* **Task item**
Your answer should consist solely of the lines from the first line of the data through the line with "#8=IFCSIUNIT(*,.PLANEANGLEUNIT.,$,.RADIAN.);", each reproduced exactly.

* **Data for processing**

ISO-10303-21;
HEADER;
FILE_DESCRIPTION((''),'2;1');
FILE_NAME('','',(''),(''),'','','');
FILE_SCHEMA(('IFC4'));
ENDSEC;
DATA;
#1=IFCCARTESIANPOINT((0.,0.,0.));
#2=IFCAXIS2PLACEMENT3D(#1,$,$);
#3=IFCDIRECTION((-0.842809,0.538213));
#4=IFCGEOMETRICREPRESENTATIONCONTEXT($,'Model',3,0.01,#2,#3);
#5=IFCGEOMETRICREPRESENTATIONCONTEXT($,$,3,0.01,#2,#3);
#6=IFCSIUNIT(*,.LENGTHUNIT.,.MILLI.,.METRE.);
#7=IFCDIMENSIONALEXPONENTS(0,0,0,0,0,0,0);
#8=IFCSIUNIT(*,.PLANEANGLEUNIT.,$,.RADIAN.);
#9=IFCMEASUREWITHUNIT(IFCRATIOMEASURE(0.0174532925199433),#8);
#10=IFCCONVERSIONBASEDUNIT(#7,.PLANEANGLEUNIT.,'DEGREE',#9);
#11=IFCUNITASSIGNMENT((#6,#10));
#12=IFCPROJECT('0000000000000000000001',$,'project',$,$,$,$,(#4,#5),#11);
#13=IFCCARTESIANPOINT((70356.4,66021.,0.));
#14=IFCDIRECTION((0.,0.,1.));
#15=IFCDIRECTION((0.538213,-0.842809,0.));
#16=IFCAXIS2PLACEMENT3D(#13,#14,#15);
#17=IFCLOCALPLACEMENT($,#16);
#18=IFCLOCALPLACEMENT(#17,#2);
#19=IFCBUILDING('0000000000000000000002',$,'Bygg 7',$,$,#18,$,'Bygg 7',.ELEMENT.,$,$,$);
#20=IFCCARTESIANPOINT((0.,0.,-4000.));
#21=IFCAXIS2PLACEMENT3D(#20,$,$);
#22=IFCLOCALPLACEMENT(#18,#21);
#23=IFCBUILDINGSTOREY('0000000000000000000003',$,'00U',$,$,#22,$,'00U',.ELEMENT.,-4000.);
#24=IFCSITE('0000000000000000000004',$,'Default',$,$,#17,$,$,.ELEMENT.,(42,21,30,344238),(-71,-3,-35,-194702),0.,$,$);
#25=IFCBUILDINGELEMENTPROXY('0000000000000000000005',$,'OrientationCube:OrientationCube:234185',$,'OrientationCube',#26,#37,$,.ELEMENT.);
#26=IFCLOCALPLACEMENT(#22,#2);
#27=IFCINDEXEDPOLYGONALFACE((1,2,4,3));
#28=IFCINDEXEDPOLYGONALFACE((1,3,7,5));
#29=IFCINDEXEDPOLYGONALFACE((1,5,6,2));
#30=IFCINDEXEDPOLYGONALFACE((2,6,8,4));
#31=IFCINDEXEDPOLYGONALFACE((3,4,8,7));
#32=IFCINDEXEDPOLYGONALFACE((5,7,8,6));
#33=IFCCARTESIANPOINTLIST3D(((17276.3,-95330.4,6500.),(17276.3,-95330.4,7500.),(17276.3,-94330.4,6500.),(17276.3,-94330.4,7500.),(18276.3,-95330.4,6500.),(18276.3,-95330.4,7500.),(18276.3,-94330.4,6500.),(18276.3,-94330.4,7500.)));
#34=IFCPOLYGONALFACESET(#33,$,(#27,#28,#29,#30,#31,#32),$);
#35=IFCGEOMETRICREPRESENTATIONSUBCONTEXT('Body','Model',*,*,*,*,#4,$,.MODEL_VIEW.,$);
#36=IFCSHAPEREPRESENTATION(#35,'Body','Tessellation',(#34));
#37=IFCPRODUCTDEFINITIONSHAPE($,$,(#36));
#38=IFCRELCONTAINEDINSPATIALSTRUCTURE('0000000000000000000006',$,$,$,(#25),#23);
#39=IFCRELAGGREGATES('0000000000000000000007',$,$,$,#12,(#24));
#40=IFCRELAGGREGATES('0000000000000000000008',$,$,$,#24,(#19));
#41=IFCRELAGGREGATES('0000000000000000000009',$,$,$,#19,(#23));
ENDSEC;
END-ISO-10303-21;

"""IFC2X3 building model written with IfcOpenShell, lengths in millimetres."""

from ifc_helpers import new_model, entity, si_unit, converted_unit, direction, frame, frame_2d, origin, place, context, subcontext, project, spatial, rectangle, extrude, source, transform, mapped, element, save


model = new_model("IFC2X3")

# Units and contexts
model_context = context("Model", 3, precision=0.01, world=origin(), true_north=direction((-0.842809, 0.538213)))
context_of_model = context(None, 3, precision=0.01, world=origin(), true_north=direction((-0.842809, 0.538213)))
body_context = subcontext(model_context, "Body", "Model", "MODEL_VIEW")
ifc_project = project(units=[si_unit("LENGTHUNIT", "METRE", prefix="MILLI"), converted_unit("PLANEANGLEUNIT", "DEGREE", entity("IfcRatioMeasure", 0.0174532925199433), si_unit("PLANEANGLEUNIT", "RADIAN"), dimensions=[0, 0, 0, 0, 0, 0, 0])], contexts=[model_context, context_of_model])

# Site, building, storey
site_placement = place(None, frame((70356.4, 66021.0, 0.0), z_axis=(0.0, 0.0, 1.0), x_axis=(0.538213, -0.842809, 0.0)))
site = spatial("IfcSite", under=ifc_project, at=site_placement, Name="Default", CompositionType="ELEMENT", RefLatitude=(42, 21, 30, 344238), RefLongitude=(-71, -3, -35, -194702), RefElevation=0.0)
building_placement = place(site_placement, origin())
building = spatial("IfcBuilding", under=site, at=building_placement, Name="Bygg 7", LongName="Bygg 7", CompositionType="ELEMENT")
storey_placement = place(building_placement, frame((0.0, 0.0, -4000.0)))
storey = spatial("IfcBuildingStorey", under=building, at=storey_placement, Name="00U", LongName="00U", CompositionType="ELEMENT", Elevation=-4000.0)

# Building element proxy
shared_shape = source(origin(), body_context, "Body", "SweptSolid", [
    extrude(rectangle(XDim=1000.0, YDim=1000.0, at=frame_2d((0.0, 0.0), x_axis=(1.0, 0.0))), frame((0.0, 0.0, 0.0), z_axis=(0.0, 0.0, 1.0), x_axis=(-1.0, 0.0, 0.0)), (0.0, 0.0, 1.0), 1000.0),
])
proxy_placement = place(storey_placement, frame((17776.3, -94830.4, 6500.0)))
element("IfcBuildingElementProxy", 1, at=proxy_placement, inside=storey, Name="OrientationCube:OrientationCube:234185", ObjectType="OrientationCube", CompositionType="ELEMENT", context=body_context, shape_type="MappedRepresentation", body=[
    mapped(shared_shape, transform((0.0, 0.0, 0.0), scale=1.0)),
])

save(model, "model.ifc")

* **Exercise output**
ISO-10303-21;
HEADER;
FILE_DESCRIPTION((''),'2;1');
FILE_NAME('','',(''),(''),'','','');
FILE_SCHEMA(('IFC4'));
ENDSEC;
DATA;
#1=IFCCARTESIANPOINT((0.,0.,0.));
#2=IFCAXIS2PLACEMENT3D(#1,$,$);
#3=IFCDIRECTION((-0.842809,0.538213));
#4=IFCGEOMETRICREPRESENTATIONCONTEXT($,'Model',3,0.01,#2,#3);
#5=IFCGEOMETRICREPRESENTATIONCONTEXT($,$,3,0.01,#2,#3);
#6=IFCSIUNIT(*,.LENGTHUNIT.,.MILLI.,.METRE.);
#7=IFCDIMENSIONALEXPONENTS(0,0,0,0,0,0,0);
#8=IFCSIUNIT(*,.PLANEANGLEUNIT.,$,.RADIAN.);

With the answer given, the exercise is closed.